Many intermediate anti-gravity bots also assign random anti-gravity points accross the battlefield in order to confuse opponents.

MN (talk)18:55, 23 August 2013
 

I'd say "use distance from other opponents too" and "force coming from an Anti-Gravity calculation" are similar to what I used in Glacier's targeting actually. I used several dimensions which (more or less) measured the closest distance to another bot at different angle ranges.

With anti-grav systems, different ones will weight things differently, but in all cases the most prominant influences are the closest ones. As such, my goal was to create a measure with a small finite number of dimensions, that characterized the most prominant influences meaningfully.

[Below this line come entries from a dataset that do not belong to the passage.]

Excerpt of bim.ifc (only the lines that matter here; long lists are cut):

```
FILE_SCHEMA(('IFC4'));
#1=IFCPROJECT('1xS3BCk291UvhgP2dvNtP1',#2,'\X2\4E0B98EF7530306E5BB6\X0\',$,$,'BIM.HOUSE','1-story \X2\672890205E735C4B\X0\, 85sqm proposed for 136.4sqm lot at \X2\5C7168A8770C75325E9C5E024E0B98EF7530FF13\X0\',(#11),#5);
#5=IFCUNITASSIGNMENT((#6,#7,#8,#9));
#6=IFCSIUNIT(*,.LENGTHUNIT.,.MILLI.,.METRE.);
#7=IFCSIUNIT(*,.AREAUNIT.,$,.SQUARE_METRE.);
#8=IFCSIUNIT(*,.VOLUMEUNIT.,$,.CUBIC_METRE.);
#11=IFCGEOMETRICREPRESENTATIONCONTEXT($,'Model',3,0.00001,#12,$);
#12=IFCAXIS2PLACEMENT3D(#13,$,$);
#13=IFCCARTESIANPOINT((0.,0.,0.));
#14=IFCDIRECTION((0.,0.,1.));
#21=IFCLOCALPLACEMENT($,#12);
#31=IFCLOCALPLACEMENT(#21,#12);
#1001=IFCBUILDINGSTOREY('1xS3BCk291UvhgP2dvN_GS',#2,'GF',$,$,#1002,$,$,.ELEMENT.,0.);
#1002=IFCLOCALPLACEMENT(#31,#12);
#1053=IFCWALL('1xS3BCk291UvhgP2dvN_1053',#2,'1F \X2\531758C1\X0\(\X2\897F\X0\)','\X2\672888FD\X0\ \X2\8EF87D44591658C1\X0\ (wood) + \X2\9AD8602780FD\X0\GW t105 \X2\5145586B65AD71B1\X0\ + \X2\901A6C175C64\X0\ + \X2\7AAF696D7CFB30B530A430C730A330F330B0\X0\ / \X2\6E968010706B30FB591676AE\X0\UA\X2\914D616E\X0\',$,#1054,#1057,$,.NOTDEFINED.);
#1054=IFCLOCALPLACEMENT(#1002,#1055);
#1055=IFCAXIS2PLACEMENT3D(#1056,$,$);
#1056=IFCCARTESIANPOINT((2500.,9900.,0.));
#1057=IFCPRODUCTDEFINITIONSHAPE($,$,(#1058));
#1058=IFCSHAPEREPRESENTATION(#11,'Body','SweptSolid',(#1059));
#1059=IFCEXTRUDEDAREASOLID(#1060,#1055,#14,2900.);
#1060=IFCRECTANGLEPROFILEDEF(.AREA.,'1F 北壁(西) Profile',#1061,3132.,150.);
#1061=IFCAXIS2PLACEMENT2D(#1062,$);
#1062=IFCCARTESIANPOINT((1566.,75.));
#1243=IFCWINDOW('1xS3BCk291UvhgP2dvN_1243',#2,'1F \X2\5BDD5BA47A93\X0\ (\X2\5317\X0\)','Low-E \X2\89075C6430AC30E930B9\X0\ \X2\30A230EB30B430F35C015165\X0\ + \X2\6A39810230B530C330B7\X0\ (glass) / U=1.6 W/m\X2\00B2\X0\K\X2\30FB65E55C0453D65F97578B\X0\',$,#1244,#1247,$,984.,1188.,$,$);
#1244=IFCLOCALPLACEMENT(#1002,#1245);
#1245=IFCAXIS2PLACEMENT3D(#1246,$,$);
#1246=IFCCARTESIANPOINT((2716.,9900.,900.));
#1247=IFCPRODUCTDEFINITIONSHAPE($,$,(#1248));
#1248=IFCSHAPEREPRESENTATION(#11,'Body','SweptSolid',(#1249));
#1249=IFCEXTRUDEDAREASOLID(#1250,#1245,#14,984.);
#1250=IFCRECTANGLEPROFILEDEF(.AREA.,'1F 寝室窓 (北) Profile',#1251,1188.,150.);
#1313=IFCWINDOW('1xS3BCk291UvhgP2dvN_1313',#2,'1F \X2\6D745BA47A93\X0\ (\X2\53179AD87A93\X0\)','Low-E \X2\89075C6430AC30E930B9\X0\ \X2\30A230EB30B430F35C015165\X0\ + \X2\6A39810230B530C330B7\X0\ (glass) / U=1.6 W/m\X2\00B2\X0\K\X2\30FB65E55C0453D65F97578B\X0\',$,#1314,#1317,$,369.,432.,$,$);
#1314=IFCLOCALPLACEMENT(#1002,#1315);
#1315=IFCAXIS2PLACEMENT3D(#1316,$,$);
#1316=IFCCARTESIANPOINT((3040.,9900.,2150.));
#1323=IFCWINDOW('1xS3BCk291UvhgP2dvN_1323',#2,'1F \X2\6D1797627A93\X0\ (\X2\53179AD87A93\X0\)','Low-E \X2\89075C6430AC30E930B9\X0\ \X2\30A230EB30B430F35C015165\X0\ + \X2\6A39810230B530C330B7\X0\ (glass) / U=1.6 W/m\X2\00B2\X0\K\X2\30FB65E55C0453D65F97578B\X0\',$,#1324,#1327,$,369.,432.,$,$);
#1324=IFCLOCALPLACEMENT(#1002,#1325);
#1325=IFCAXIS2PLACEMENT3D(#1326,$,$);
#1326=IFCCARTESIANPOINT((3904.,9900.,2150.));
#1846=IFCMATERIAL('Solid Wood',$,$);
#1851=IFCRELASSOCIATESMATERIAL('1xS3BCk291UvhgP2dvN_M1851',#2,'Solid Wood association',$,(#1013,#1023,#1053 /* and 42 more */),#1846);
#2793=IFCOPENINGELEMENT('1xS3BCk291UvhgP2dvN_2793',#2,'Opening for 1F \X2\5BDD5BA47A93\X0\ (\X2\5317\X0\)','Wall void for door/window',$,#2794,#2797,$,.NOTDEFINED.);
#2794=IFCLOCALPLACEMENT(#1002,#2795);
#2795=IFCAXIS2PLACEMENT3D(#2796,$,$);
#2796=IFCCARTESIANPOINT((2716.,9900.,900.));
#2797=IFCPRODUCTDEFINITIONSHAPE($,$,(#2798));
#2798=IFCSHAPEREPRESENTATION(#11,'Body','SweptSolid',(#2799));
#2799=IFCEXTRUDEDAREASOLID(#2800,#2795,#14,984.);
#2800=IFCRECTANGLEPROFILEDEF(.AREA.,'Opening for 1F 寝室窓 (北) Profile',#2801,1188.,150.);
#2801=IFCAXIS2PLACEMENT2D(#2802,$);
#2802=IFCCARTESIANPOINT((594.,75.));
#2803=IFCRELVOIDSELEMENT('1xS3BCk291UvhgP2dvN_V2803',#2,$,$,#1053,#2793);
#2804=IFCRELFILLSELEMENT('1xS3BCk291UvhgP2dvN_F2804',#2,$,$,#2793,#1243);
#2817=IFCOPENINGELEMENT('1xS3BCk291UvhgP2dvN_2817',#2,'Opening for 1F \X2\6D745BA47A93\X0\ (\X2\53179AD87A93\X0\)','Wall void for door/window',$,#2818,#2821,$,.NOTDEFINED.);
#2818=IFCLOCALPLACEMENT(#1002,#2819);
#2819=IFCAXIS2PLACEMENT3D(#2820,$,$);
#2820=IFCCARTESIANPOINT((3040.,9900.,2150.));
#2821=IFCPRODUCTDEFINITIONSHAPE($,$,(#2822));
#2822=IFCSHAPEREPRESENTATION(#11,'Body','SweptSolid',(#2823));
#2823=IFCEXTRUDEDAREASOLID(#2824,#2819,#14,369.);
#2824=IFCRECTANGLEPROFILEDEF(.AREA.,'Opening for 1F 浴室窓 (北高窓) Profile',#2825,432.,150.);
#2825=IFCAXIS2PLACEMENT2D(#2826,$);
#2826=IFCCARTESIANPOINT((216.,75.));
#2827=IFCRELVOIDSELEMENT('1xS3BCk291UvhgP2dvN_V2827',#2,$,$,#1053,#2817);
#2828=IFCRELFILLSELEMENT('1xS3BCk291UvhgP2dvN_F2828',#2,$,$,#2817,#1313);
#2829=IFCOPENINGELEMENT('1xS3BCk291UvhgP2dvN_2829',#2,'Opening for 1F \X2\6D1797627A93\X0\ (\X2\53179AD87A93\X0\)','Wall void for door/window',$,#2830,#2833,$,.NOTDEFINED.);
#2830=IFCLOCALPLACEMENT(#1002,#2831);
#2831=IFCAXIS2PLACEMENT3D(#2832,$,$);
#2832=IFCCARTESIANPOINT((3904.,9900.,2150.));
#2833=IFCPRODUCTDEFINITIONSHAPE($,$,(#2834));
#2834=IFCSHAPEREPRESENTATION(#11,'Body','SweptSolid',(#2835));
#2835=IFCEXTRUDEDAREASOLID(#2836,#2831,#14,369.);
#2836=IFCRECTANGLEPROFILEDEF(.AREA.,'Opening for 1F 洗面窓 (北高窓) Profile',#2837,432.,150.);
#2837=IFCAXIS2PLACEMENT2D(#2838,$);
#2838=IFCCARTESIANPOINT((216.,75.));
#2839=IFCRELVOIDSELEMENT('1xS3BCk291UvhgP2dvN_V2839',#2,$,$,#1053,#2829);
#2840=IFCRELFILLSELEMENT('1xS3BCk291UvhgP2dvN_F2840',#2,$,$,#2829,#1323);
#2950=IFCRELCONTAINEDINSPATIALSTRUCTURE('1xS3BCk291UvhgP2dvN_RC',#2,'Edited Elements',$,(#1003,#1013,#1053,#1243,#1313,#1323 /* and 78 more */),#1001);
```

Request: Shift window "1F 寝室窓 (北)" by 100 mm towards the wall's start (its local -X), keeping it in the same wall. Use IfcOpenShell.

```python
import ifcopenshell
import ifcopenshell.api.geometry
import ifcopenshell.util.placement
import ifcopenshell.util.unit

model = ifcopenshell.open("bim.ifc")
unit_scale = ifcopenshell.util.unit.calculate_unit_scale(model)

window = model.by_guid("1xS3BCk291UvhgP2dvN_1243")
opening = window.FillsVoids[0].RelatingOpeningElement
wall = opening.VoidsElements[0].RelatingBuildingElement

wall_matrix = ifcopenshell.util.placement.get_local_placement(wall.ObjectPlacement)
shift = wall_matrix[:3, 0] * -0.1 / unit_scale
before = ifcopenshell.util.placement.get_local_placement(window.ObjectPlacement)[:3, 3].copy()

# The window is not placed relative to its opening, so move both.
for product in (opening, window):
    matrix = ifcopenshell.util.placement.get_local_placement(product.ObjectPlacement)
    matrix[:3, 3] += shift
    ifcopenshell.api.geometry.edit_object_placement(model, product=product, matrix=matrix, is_si=False)

after = ifcopenshell.util.placement.get_local_placement(window.ObjectPlacement)[:3, 3]
print("window moved by", (after - before).round(3) + 0.0)

model.write("bim_updated.ifc")
```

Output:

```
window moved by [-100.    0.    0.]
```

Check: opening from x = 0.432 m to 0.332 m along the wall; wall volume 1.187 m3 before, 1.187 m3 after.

In any case though, all those methods don't really consider the field-wide interactions that can occur, where movements can cause a chain reaction. For that, I doubt there is much of a reasonable option besides some sort of iterative process (maybe not per-tick, could be larger steps or iterations that are not time-based, but yeah).

Rednaxela (talk)20:15, 23 August 2013

Interesting. In Neuromancer I make some KNN attributes relative to the closest enemy, so distance, latVel, advVel. Then I use PIF so it doesn't matter that the attributes were from somebody else's perspective.

Skilgannon (talk)20:29, 23 August 2013

PIF as well here. Sounds to me like your attributes are more done with a low density of melee bots in mind (i.e. closest enemy having much more influence than the second and third closest), whereas my attributes are mode done with a high density of melee bots in mind. Interesting.